Em seguida, o segundo filho quis ir à floresta; a ele também a mãe deu uma bela fritada de ovos e uma garrafa de bom vinho. Penetrando na floresta, encontrou o tal anãozinho, que lhe pediu um pedaço de fritada e um gole de vinho. Mas este filho também disse com o seu natural bom senso:
- O que der a ti, fará falta a mim; dá o fora, sai da minha frente.
Largou lá o anãozinho e foi para diante. Mas o castigo não se fez esperar: assim que deu alguns golpes numa árvore, feriu a perna com o machado e teve de ser transportado para casa.
Então o menor dos três pediu que o deixassem ir:
- Meu pai, deixa-me por esta vez ir à floresta cortar lenha!
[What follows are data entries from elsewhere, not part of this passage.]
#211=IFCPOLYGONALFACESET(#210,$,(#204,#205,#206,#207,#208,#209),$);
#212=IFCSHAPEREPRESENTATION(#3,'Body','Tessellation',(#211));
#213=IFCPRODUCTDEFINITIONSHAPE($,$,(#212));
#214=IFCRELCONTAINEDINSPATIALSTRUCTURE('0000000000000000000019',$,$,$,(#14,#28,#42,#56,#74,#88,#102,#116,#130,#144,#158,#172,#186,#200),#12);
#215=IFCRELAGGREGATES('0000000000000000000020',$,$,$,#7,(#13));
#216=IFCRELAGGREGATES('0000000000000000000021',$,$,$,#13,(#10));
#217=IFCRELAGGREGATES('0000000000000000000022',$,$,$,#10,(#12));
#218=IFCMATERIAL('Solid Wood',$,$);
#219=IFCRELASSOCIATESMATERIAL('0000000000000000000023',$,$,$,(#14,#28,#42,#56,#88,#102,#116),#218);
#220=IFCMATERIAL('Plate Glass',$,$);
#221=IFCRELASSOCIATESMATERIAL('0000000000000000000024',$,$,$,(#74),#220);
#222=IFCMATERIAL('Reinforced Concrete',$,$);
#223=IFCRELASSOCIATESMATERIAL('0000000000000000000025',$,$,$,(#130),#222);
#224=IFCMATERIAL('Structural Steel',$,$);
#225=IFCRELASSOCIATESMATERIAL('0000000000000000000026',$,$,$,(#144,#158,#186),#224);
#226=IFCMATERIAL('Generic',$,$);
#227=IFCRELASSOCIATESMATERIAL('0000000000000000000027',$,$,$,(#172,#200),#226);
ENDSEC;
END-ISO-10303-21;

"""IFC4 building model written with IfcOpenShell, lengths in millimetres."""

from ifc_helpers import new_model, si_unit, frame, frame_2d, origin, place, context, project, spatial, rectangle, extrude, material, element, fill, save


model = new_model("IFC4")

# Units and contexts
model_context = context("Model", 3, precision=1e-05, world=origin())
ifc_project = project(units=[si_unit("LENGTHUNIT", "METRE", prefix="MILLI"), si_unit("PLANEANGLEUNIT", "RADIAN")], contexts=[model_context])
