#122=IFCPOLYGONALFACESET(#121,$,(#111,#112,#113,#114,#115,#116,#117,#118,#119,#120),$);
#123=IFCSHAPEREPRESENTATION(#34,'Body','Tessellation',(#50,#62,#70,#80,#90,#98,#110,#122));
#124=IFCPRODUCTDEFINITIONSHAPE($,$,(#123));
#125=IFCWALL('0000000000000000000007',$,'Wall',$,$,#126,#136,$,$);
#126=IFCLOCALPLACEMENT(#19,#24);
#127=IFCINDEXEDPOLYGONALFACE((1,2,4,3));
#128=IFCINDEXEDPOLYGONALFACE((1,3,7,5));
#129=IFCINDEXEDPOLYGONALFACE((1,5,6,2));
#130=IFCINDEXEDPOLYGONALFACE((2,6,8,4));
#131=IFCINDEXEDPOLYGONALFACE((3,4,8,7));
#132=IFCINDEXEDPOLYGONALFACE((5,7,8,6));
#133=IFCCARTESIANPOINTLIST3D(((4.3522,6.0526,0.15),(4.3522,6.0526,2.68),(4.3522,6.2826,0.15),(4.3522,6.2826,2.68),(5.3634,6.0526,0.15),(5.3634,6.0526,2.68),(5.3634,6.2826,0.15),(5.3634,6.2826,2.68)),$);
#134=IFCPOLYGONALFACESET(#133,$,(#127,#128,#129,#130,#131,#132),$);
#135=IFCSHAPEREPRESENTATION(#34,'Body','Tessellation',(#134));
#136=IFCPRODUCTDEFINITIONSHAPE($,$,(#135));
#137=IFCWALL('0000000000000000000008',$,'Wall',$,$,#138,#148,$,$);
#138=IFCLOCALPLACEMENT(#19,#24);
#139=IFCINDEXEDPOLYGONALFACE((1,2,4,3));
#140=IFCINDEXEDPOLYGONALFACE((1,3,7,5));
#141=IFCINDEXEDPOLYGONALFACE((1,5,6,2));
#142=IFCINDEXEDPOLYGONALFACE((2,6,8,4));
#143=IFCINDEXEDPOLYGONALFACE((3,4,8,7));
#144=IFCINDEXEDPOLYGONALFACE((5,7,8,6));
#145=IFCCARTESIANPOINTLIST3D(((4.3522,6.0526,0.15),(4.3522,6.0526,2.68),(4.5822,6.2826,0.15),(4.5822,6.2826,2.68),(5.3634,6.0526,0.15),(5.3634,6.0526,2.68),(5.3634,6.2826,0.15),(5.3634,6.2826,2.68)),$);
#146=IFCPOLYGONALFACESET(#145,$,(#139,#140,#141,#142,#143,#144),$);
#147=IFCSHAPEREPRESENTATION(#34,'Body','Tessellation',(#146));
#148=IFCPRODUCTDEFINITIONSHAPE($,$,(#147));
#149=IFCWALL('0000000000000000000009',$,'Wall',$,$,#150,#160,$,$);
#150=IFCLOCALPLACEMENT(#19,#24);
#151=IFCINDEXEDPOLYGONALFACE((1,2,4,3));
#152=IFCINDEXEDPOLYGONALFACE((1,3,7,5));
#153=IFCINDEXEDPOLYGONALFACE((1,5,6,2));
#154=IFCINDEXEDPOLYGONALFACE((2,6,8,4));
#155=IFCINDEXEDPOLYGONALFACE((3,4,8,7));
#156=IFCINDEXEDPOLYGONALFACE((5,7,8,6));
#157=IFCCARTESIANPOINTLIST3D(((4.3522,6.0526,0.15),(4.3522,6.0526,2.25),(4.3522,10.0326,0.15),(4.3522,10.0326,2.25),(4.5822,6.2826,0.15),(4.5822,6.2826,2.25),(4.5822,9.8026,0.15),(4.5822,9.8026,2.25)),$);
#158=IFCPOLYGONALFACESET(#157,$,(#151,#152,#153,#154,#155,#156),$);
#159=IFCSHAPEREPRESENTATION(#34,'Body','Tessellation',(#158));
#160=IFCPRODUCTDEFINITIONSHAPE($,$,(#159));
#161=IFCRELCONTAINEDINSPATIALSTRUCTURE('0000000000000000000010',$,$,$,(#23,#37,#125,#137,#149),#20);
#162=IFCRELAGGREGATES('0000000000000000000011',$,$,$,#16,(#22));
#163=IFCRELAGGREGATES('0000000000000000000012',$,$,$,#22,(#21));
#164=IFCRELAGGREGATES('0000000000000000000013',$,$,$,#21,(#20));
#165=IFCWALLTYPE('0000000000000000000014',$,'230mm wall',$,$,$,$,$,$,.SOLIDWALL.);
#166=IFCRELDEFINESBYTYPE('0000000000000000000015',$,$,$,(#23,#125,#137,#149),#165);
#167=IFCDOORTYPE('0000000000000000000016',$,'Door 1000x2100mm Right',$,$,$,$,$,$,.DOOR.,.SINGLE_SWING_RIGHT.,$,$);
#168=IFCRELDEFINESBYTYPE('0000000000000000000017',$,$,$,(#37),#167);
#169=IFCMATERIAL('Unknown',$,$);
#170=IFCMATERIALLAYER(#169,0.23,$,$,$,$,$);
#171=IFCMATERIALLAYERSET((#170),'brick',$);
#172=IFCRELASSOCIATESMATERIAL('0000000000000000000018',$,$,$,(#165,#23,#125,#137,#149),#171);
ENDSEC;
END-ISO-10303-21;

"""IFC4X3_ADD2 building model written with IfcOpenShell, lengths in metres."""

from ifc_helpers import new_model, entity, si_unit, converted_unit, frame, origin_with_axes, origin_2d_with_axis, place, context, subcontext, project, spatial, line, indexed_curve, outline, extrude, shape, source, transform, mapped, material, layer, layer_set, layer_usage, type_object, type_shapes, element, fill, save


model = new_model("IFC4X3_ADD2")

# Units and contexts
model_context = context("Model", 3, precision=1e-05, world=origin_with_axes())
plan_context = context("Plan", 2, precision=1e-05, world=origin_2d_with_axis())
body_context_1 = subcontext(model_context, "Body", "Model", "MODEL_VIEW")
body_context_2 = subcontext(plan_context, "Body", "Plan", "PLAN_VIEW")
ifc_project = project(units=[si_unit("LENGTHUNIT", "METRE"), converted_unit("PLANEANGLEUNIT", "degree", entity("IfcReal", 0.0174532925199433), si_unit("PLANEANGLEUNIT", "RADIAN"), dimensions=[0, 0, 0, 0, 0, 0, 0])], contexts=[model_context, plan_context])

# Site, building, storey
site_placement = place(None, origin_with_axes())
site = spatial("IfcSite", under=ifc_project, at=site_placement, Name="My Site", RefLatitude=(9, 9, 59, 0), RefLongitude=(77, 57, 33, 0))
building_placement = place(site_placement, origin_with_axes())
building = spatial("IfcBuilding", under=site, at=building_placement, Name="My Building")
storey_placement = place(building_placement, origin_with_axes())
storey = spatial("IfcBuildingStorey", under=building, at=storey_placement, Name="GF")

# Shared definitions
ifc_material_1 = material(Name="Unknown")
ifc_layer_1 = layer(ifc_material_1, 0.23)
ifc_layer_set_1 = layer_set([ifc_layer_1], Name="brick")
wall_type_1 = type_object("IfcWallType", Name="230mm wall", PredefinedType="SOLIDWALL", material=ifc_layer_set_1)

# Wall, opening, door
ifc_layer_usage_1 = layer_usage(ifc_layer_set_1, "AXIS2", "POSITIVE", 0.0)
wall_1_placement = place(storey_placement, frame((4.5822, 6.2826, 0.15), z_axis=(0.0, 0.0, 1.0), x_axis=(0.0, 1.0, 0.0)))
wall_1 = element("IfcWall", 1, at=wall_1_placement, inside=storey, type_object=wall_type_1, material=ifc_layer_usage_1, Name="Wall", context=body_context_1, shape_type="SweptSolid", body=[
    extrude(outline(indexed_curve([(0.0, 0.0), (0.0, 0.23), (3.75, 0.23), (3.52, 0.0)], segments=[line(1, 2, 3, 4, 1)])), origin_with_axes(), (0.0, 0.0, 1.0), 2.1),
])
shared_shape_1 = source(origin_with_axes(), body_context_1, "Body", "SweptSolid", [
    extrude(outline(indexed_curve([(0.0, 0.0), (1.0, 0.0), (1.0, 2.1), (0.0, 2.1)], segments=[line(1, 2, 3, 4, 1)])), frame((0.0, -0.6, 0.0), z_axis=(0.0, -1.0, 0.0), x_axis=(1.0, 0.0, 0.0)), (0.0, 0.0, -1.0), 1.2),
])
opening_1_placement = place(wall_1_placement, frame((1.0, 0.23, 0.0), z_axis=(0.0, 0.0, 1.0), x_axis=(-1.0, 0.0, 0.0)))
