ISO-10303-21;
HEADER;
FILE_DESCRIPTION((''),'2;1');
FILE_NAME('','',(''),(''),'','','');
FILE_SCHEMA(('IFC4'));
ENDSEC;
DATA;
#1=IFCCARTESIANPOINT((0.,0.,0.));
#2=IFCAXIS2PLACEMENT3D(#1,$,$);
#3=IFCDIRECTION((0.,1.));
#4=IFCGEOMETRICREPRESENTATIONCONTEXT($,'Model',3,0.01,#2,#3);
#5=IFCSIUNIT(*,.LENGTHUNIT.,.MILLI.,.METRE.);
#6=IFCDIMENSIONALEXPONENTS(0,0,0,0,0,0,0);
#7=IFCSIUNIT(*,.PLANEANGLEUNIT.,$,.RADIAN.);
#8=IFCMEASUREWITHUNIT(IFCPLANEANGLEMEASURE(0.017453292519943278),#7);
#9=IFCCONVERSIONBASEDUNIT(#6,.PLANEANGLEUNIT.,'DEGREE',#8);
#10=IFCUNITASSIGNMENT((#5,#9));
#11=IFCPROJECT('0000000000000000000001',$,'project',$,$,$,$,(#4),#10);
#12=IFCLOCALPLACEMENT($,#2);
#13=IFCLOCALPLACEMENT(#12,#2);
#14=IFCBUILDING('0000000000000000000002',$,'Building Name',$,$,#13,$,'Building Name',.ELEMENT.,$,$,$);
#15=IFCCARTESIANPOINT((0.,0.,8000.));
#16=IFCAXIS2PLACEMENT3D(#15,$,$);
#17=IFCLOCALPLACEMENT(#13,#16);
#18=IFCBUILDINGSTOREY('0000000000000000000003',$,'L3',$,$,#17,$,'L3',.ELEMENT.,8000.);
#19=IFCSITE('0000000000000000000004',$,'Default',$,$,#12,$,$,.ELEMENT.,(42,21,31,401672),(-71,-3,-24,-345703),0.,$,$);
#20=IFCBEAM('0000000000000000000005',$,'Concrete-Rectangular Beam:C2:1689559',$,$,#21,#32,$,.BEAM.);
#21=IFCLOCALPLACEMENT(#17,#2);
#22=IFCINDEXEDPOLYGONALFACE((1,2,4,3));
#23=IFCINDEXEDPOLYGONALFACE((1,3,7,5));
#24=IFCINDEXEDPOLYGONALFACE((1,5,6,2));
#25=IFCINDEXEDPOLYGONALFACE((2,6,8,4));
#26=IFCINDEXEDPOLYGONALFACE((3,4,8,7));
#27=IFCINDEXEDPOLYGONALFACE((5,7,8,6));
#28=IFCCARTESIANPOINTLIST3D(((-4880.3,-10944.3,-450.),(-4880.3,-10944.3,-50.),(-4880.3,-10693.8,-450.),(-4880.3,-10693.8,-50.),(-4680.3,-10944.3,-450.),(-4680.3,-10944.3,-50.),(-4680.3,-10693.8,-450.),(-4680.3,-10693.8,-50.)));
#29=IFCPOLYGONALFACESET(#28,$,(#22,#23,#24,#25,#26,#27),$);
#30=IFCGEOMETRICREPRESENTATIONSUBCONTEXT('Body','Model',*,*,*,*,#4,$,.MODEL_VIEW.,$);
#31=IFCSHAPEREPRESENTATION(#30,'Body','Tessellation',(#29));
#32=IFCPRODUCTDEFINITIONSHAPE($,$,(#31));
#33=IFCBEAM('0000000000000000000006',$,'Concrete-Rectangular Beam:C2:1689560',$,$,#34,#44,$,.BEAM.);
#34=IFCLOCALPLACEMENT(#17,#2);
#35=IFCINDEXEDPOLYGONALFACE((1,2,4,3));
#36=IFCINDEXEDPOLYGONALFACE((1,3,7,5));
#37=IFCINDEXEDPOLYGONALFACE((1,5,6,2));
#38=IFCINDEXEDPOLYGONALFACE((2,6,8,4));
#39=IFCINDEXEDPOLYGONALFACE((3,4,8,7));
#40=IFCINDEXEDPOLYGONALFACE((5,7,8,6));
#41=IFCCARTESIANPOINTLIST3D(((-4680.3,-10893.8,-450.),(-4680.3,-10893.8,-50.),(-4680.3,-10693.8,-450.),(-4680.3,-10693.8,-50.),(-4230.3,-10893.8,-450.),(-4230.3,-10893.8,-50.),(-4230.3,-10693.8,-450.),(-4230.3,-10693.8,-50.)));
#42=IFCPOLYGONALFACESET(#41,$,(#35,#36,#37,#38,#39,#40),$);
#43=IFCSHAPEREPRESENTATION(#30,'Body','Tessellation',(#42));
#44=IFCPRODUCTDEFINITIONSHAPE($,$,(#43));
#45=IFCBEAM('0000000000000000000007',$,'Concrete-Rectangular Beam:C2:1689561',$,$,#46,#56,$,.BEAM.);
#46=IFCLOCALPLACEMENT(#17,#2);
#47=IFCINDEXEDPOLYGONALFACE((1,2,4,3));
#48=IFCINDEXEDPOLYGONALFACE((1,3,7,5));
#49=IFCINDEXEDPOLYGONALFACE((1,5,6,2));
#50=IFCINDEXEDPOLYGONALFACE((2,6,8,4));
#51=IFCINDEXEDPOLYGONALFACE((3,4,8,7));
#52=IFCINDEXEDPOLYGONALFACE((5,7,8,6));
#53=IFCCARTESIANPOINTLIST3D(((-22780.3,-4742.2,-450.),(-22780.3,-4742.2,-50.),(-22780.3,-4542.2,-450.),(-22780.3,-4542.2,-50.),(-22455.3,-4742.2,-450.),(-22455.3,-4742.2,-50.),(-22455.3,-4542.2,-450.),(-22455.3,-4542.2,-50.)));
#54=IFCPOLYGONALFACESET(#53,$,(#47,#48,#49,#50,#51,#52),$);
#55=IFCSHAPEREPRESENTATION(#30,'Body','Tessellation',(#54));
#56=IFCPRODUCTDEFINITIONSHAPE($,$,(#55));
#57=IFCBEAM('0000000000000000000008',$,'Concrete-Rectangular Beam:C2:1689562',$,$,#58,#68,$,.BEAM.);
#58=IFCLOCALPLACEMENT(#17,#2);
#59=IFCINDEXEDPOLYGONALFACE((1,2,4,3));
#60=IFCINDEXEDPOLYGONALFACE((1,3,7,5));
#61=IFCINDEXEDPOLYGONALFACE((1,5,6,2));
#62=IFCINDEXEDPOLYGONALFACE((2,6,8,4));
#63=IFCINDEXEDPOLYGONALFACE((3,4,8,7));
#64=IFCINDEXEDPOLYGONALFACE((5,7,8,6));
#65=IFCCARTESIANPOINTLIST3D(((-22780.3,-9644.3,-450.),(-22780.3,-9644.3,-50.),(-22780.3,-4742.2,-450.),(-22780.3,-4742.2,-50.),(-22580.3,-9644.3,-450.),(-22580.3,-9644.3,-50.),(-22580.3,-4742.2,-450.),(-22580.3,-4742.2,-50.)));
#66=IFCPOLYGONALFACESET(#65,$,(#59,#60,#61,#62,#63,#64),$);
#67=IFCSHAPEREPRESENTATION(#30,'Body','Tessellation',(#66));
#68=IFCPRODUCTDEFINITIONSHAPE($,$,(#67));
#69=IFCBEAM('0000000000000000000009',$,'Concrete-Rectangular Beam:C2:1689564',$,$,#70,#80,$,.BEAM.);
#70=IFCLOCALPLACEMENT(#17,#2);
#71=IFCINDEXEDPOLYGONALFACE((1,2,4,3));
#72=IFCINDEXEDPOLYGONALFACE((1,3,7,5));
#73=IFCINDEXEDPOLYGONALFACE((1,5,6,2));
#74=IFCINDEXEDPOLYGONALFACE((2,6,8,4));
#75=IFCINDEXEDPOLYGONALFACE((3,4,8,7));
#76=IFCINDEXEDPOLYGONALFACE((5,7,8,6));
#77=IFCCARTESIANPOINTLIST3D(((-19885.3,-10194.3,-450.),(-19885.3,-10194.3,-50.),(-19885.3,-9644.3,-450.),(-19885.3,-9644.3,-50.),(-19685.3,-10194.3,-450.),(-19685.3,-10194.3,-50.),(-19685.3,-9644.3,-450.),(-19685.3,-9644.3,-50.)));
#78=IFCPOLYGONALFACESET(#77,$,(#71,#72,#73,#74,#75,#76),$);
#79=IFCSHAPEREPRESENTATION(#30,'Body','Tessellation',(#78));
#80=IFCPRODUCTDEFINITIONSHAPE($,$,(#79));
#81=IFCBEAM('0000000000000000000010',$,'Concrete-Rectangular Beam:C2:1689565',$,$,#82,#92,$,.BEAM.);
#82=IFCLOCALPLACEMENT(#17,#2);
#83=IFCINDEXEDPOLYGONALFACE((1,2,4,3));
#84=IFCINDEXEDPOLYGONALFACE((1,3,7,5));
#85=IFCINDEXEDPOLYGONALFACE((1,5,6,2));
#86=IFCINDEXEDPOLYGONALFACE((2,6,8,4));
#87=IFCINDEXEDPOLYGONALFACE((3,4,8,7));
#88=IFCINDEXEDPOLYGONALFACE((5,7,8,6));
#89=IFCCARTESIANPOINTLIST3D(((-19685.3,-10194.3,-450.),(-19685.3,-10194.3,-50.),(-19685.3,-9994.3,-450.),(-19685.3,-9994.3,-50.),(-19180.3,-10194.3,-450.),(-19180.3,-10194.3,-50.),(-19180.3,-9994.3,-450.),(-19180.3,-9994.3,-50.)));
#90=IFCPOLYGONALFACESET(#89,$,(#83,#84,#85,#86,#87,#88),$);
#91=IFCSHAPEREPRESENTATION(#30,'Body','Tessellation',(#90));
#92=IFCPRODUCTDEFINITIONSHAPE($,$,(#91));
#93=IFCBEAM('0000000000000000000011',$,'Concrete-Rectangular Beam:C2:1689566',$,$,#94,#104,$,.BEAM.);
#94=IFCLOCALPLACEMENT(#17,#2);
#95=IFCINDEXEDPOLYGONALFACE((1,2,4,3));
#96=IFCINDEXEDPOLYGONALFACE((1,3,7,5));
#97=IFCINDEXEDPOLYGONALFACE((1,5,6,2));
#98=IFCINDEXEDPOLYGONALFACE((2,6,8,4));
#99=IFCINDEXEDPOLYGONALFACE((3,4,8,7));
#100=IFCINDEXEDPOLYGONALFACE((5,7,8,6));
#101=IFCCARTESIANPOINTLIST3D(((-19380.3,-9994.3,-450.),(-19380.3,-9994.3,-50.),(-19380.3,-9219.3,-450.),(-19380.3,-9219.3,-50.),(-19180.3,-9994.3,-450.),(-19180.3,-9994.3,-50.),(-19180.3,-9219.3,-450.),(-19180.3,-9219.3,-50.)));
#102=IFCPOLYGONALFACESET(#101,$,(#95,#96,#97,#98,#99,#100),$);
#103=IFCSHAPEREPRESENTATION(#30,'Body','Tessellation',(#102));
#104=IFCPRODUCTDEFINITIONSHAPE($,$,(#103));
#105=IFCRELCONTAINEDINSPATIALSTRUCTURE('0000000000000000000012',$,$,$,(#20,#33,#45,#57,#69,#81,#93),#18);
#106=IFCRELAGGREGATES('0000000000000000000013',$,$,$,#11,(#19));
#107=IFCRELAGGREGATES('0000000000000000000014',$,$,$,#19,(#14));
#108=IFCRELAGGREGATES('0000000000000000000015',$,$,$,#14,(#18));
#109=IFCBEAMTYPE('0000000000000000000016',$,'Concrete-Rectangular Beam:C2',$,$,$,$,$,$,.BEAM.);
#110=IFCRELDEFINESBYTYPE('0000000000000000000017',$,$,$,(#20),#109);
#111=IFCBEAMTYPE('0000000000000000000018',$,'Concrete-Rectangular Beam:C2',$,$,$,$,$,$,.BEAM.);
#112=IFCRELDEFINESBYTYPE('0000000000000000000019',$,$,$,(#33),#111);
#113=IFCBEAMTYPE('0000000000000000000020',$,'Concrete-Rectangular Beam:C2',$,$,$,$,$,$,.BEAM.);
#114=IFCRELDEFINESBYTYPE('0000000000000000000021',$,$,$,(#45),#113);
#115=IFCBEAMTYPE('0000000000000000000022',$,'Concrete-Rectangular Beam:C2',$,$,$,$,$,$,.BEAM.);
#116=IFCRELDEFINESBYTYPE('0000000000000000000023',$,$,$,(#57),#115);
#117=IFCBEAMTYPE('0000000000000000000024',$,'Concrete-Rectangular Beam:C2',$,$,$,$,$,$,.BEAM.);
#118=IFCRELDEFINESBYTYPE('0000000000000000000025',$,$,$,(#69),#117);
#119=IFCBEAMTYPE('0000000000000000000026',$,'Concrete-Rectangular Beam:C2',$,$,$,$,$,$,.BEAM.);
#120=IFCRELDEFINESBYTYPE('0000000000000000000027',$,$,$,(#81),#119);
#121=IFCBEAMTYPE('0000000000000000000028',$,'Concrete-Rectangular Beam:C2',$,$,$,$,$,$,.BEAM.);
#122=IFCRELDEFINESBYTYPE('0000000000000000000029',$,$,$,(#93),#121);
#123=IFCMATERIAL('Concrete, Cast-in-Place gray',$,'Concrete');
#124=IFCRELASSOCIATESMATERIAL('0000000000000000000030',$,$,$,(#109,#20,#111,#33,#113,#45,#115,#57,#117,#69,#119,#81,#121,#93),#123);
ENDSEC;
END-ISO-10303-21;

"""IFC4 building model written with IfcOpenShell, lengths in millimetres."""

from ifc_helpers import new_model, entity, si_unit, converted_unit, direction, frame, origin, place, context, subcontext, project, spatial, indexed_curve, outline, extrude, source, transform, mapped, material, type_object, type_shapes, element, save


model = new_model("IFC4")

# Units and contexts
model_context = context("Model", 3, precision=0.01, world=origin(), true_north=direction((0.0, 1.0)))
body_context = subcontext(model_context, "Body", "Model", "MODEL_VIEW")
ifc_project = project(units=[si_unit("LENGTHUNIT", "METRE", prefix="MILLI"), converted_unit("PLANEANGLEUNIT", "DEGREE", entity("IfcPlaneAngleMeasure", 0.017453292519943278), si_unit("PLANEANGLEUNIT", "RADIAN"), dimensions=[0, 0, 0, 0, 0, 0, 0])], contexts=[model_context])

# Site, building, storey
site_placement = place(None, origin())
site = spatial("IfcSite", under=ifc_project, at=site_placement, Name="Default", CompositionType="ELEMENT", RefLatitude=(42, 21, 31, 401672), RefLongitude=(-71, -3, -24, -345703), RefElevation=0.0)
building_placement = place(site_placement, origin())
building = spatial("IfcBuilding", under=site, at=building_placement, Name="Building Name", LongName="Building Name", CompositionType="ELEMENT")
storey_placement = place(building_placement, frame((0.0, 0.0, 8000.0)))
storey = spatial("IfcBuildingStorey", under=building, at=storey_placement, Name="L3", LongName="L3", CompositionType="ELEMENT", Elevation=8000.0)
- Teus irmãos já se feriram, - respondeu-lhe o pai; - agora queres ir tu, que não sabes fazer coisa alguma.
Mas Zé Palerma tanto insistiu que o pai acabou por dizer:
- Pois bem, vai! Assim aprenderás à tua própria custa.
A mãe deu-lhe uma broa assada nas brasas e uma garrafa de cerveja azeda. Penetrando na floresta, ele também encontrou o anãozinho, que o cumprimentou e pediu:
- Dá-me um pedaço da tua broa e um gole da tua cerveja; tenho tanta fome e tanta sede!
Zé Palerma respondeu:
- Eu tenho apenas uma broa assada nas brasas e cerveja azeda; se isto te agrada, senta-te aqui e come comigo.
Sentaram-se os dois no chão. Quando Zé Palerma tirou da sacola a broa, esta se havia transformado em bolo delicioso e a cerveja em vinho finíssimo. Comeram e beberam alegremente; depois o anãozinho disse:
- Como tens um coração excelente e repartes de boa vontade o que possues, quero, por minha parte, que sejas feliz. Lá adiante, há uma velha árvore; derruba-a e encontrarás algo nas suas raízes.
Assim dizendo, despediu-se e foi embora.
Zé Palerma abateu a árvore; quando ela tombou ao chão, ele encontrou entre as raízes um ganso com penas de ouro puro. Pegou-o e levou-o consigo, indo pernoitar numa hospedaria não muito longe dali.
O hospedeiro tinha três filhas, as quais, vendo aquele ganso, sentiram curiosidade de saber que pássaro estranho era aquele, e ficaram loucas de vontade de possuir uma de suas penas. A mais velha pensou: "Hei de descobrir um jeito para arrancar-lhe a pena."
Assim que Zé Palerma se ausentou, a moça pegou o ganso pela asa, mas seus dedos ficaram presos ao ganso. Depois veio a segunda filha, que não pensava senão na pena de ouro; porém, mal tocou na irmã, ficou também presa. Por fim chegou a terceira, com idêntica intenção. As outras duas logo lhe gritaram:
- Não te aproximes, pelo amor de Deus!
Mas ela, que não sabia o que se passava, pensou: "Ora, se elas meteram-se nisso, por que não posso fazer o mesmo!" Aproximou-se correndo e, mal tocou na irmã, também ela ficou presa. Assim tiveram de passar a noite grudadas ao ganso.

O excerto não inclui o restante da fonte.